I don't really recommend this game. It has a sense of style at times but its largely frustrating and a test of patience and will, and not in any good way. At least it was free.

Ghost Song is an okay Metroidvania with a Soulsborne death and bonfire mechanic. The platforming is fine, the combat is shallow but serviceable, and the story is almost nonexistant.

True to Metroid, the map opens up as you collect new weapons or abilities like double jump, wall jump, rockets, etc. Your goal is to collect engine parts for a ship you won't even escape the dangerous moon on. The crew of this ship will have multiple boring conversations with you revealing the smallest fractions of a personality per person.
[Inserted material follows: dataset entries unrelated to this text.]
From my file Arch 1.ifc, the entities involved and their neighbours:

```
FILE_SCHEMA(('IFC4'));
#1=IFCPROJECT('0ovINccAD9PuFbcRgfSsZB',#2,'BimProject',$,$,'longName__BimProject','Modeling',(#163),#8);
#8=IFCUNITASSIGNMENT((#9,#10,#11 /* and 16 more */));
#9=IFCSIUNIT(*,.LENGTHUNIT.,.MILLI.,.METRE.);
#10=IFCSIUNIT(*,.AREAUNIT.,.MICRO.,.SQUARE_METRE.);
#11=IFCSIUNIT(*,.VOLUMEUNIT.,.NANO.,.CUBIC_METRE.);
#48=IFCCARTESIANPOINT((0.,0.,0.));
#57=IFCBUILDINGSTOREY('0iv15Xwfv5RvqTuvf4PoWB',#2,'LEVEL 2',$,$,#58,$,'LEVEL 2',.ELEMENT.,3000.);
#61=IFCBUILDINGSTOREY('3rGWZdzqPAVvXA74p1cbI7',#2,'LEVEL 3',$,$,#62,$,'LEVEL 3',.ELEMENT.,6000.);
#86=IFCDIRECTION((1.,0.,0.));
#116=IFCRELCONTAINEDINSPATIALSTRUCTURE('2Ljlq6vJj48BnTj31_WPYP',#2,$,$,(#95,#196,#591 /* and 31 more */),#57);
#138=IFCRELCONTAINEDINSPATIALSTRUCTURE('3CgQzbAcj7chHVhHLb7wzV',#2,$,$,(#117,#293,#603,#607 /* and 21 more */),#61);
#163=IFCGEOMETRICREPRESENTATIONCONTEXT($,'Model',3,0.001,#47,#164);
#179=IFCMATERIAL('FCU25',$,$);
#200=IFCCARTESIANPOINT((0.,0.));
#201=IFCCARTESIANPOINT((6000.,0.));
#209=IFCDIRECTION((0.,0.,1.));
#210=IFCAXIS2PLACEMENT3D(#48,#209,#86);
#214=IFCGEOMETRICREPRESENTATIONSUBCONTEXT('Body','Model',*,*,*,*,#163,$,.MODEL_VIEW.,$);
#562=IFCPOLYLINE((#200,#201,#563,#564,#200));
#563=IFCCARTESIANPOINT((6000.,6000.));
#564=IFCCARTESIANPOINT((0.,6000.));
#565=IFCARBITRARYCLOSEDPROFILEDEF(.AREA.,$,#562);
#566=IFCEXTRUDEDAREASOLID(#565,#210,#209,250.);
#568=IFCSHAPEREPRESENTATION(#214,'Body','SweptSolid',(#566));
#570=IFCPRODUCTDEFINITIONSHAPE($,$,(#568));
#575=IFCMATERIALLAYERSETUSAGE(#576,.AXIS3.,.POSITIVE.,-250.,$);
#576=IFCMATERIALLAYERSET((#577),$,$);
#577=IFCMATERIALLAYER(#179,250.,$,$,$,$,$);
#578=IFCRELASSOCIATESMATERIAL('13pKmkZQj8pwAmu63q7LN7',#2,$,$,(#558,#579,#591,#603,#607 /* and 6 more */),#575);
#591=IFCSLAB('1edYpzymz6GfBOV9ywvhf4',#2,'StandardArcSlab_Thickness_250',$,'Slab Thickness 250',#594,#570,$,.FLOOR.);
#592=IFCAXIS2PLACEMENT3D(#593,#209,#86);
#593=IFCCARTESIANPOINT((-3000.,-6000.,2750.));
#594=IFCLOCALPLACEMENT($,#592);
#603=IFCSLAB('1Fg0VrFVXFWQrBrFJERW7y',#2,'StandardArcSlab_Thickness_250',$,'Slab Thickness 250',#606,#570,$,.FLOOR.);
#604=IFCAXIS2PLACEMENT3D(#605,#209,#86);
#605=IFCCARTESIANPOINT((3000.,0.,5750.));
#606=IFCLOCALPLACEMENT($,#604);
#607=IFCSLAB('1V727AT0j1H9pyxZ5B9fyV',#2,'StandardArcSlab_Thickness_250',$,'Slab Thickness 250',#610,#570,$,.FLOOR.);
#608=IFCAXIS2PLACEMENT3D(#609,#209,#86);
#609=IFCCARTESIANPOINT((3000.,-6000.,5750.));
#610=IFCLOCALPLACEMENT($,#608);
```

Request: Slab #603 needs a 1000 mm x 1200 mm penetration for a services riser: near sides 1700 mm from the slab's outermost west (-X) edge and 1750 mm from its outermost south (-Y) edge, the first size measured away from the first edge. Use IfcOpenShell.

```python
import numpy as np
import ifcopenshell
import ifcopenshell.api.feature
import ifcopenshell.api.geometry
import ifcopenshell.api.root
import ifcopenshell.geom
import ifcopenshell.util.placement
import ifcopenshell.util.representation
import ifcopenshell.util.shape
import ifcopenshell.util.unit

model = ifcopenshell.open("my file Arch 1.ifc")
unit_scale = ifcopenshell.util.unit.calculate_unit_scale(model)
settings = ifcopenshell.geom.settings()


def volume(element):
    """Net volume in cubic metres, openings subtracted."""
    shape = ifcopenshell.geom.create_shape(settings, element)
    return ifcopenshell.util.shape.get_volume(shape.geometry)


slab = model.by_id(603)
before = volume(slab)

# Extent in the slab's own axes, in metres. The edges named are its -X and -Y sides.
slab_shape = ifcopenshell.geom.create_shape(settings, slab)
vertices = ifcopenshell.util.shape.get_vertices(slab_shape.geometry)
x_min, y_min, bottom = vertices.min(axis=0)
top = vertices[:, 2].max()

opening = ifcopenshell.api.root.create_entity(model, ifc_class="IfcOpeningElement", name="Services riser opening", predefined_type="OPENING")
context = ifcopenshell.util.representation.get_context(model, "Model", "Body", "MODEL_VIEW")
width, depth = 1, 1.2
outline = [(0.0, 0.0), (width, 0.0), (width, depth), (0.0, depth), (0.0, 0.0)]
# Overshoot both faces by 50 mm so the cut is clean.
shape = ifcopenshell.api.geometry.add_slab_representation(
    model, context=context, depth=top - bottom + 0.1, polyline=outline
)
ifcopenshell.api.geometry.assign_representation(model, product=opening, representation=shape)

matrix = ifcopenshell.util.placement.get_local_placement(slab.ObjectPlacement)
matrix[:, 3] = matrix @ np.append(np.array([x_min + 1.7, y_min + 1.75, bottom - 0.05]) / unit_scale, 1.0)
ifcopenshell.api.geometry.edit_object_placement(model, product=opening, matrix=matrix, is_si=False)
ifcopenshell.api.feature.add_feature(model, feature=opening, element=slab)

after = volume(slab)

print(f"slab volume {before:.3f} -> {after:.3f} m3")

model.write("my file Arch 1_updated.ifc")
```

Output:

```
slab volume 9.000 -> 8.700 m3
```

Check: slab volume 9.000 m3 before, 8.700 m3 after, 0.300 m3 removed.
If you work annoyingly hard, or be smarter than me and just find the quadruple jump before attempting it, you can find a secret location that changes very little of the ending. When the credits roll, you'll sigh and move on to some other game.

Ghost Song is just really forgettable. Its monotony and emptiness is intentional which makes me angry knowing they liked it feeling like a void. To make this void worse, there aren't enough fast travel locations, so if you think you forgot something (good luck with the map, where you cannot zoom in very far and no location is named unless you are currently in it) somewhere, you're in for a trek that feels needlessly arduous.

The combat is pretty easy, with very few exceptions, and the punishment for dying isn't so bad. A bit of semi-permanent damage is done, capping your health a few percents until you go to one of those rare fast travel locations and repair it for a very cheap price. Though it only happened once, I believe there is a punishment for dying before collecting your remains, and I believe that's you losing a Suit Level. I'm not certain about this, however, and I do not really care (and neither should you).

Not worth your money. Needed more time and energy.

I only played this for about an hour and find it just as lifeless and boring as the first, which I obviously also didn't care for. I was considering putting this on my backlog and coming back to it someday, but really I don't see the point. I'm only hearing bad things about its story, I think this one will stay unfinished forever.